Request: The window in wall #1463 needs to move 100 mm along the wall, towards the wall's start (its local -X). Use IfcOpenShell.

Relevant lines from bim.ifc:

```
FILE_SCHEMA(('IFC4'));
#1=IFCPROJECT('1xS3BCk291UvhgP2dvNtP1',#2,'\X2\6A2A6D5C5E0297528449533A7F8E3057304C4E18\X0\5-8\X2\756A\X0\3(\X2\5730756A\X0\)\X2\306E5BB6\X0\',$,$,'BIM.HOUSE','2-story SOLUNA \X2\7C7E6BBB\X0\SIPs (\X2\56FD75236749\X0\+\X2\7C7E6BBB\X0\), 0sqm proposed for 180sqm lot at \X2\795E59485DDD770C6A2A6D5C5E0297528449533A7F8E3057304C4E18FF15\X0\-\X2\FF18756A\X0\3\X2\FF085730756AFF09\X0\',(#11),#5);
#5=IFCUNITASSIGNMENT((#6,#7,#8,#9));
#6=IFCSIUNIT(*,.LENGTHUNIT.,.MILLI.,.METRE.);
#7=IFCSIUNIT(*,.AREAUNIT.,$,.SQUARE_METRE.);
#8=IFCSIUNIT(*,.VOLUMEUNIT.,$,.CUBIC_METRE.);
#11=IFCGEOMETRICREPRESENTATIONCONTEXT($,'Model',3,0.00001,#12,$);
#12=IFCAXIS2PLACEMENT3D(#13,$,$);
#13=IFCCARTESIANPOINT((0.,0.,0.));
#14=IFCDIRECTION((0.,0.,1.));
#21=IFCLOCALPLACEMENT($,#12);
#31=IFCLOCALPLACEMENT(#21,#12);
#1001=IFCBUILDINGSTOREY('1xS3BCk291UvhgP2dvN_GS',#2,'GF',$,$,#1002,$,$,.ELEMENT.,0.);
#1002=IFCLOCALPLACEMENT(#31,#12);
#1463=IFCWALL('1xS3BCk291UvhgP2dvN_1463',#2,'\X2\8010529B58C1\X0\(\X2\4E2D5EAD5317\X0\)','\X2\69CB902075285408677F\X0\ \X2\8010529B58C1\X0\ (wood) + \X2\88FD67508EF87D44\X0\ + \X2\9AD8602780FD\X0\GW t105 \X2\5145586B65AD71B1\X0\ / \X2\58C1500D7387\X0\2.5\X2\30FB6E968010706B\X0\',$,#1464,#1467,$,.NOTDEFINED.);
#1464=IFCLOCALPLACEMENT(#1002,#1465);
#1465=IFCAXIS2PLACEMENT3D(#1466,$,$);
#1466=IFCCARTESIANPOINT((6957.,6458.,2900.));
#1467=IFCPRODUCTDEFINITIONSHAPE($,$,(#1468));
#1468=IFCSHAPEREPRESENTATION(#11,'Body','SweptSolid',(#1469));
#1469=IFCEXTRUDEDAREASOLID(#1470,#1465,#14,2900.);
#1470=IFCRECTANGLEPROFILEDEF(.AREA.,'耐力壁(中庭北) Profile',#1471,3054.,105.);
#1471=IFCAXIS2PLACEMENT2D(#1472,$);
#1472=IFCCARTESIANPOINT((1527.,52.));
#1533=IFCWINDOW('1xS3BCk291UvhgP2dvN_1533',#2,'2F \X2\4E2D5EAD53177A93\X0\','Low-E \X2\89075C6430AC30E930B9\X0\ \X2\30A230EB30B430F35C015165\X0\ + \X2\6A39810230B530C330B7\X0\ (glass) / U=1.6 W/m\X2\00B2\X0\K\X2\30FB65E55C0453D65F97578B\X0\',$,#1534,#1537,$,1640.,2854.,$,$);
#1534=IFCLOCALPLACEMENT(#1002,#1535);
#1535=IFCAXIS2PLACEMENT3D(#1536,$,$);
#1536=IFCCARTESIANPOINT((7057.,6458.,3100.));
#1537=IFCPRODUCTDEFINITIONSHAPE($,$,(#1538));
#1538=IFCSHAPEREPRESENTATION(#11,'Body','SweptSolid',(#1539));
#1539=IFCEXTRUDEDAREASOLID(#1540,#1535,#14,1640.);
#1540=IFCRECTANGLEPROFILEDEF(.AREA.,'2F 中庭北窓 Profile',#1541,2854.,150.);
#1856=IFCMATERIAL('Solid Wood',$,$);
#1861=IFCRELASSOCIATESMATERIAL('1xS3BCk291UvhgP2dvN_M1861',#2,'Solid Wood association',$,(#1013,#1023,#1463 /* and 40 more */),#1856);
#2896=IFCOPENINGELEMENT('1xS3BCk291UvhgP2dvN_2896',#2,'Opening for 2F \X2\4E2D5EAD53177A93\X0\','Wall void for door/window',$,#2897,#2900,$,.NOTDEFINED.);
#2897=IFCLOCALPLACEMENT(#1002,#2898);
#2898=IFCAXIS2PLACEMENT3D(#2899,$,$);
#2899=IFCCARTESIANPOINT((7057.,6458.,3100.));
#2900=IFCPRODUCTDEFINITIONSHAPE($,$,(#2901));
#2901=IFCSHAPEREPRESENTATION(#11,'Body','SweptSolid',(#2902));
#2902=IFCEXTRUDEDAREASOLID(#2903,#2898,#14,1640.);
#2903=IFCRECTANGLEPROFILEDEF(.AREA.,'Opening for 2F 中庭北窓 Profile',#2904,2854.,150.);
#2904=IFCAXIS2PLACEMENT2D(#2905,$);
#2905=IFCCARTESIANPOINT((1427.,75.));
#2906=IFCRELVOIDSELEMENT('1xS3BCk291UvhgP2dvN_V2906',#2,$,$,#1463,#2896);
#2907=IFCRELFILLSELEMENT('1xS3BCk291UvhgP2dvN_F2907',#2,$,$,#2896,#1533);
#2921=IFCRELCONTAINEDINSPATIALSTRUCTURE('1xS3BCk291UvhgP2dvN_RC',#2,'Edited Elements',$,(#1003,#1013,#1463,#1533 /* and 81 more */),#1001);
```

```python
import ifcopenshell
import ifcopenshell.api.geometry
import ifcopenshell.util.placement
import ifcopenshell.util.unit

model = ifcopenshell.open("bim.ifc")
unit_scale = ifcopenshell.util.unit.calculate_unit_scale(model)

window = model.by_id(1533)
opening = window.FillsVoids[0].RelatingOpeningElement
wall = opening.VoidsElements[0].RelatingBuildingElement

wall_matrix = ifcopenshell.util.placement.get_local_placement(wall.ObjectPlacement)
shift = wall_matrix[:3, 0] * -0.1 / unit_scale
before = ifcopenshell.util.placement.get_local_placement(window.ObjectPlacement)[:3, 3].copy()

# The window is not placed relative to its opening, so move both.
for product in (opening, window):
    matrix = ifcopenshell.util.placement.get_local_placement(product.ObjectPlacement)
    matrix[:3, 3] += shift
    ifcopenshell.api.geometry.edit_object_placement(model, product=product, matrix=matrix, is_si=False)

after = ifcopenshell.util.placement.get_local_placement(window.ObjectPlacement)[:3, 3]
print("window moved by", (after - before).round(3) + 0.0)

model.write("bim_updated.ifc")
```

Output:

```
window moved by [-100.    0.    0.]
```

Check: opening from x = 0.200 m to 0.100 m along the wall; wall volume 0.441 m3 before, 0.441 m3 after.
────────────────────────────────────────
Aim of the exercise: Lines containing the string "IFCRECTANGLEPROFILEDEF" in the entries above should be counted. State that number alone.

Expected answer: 3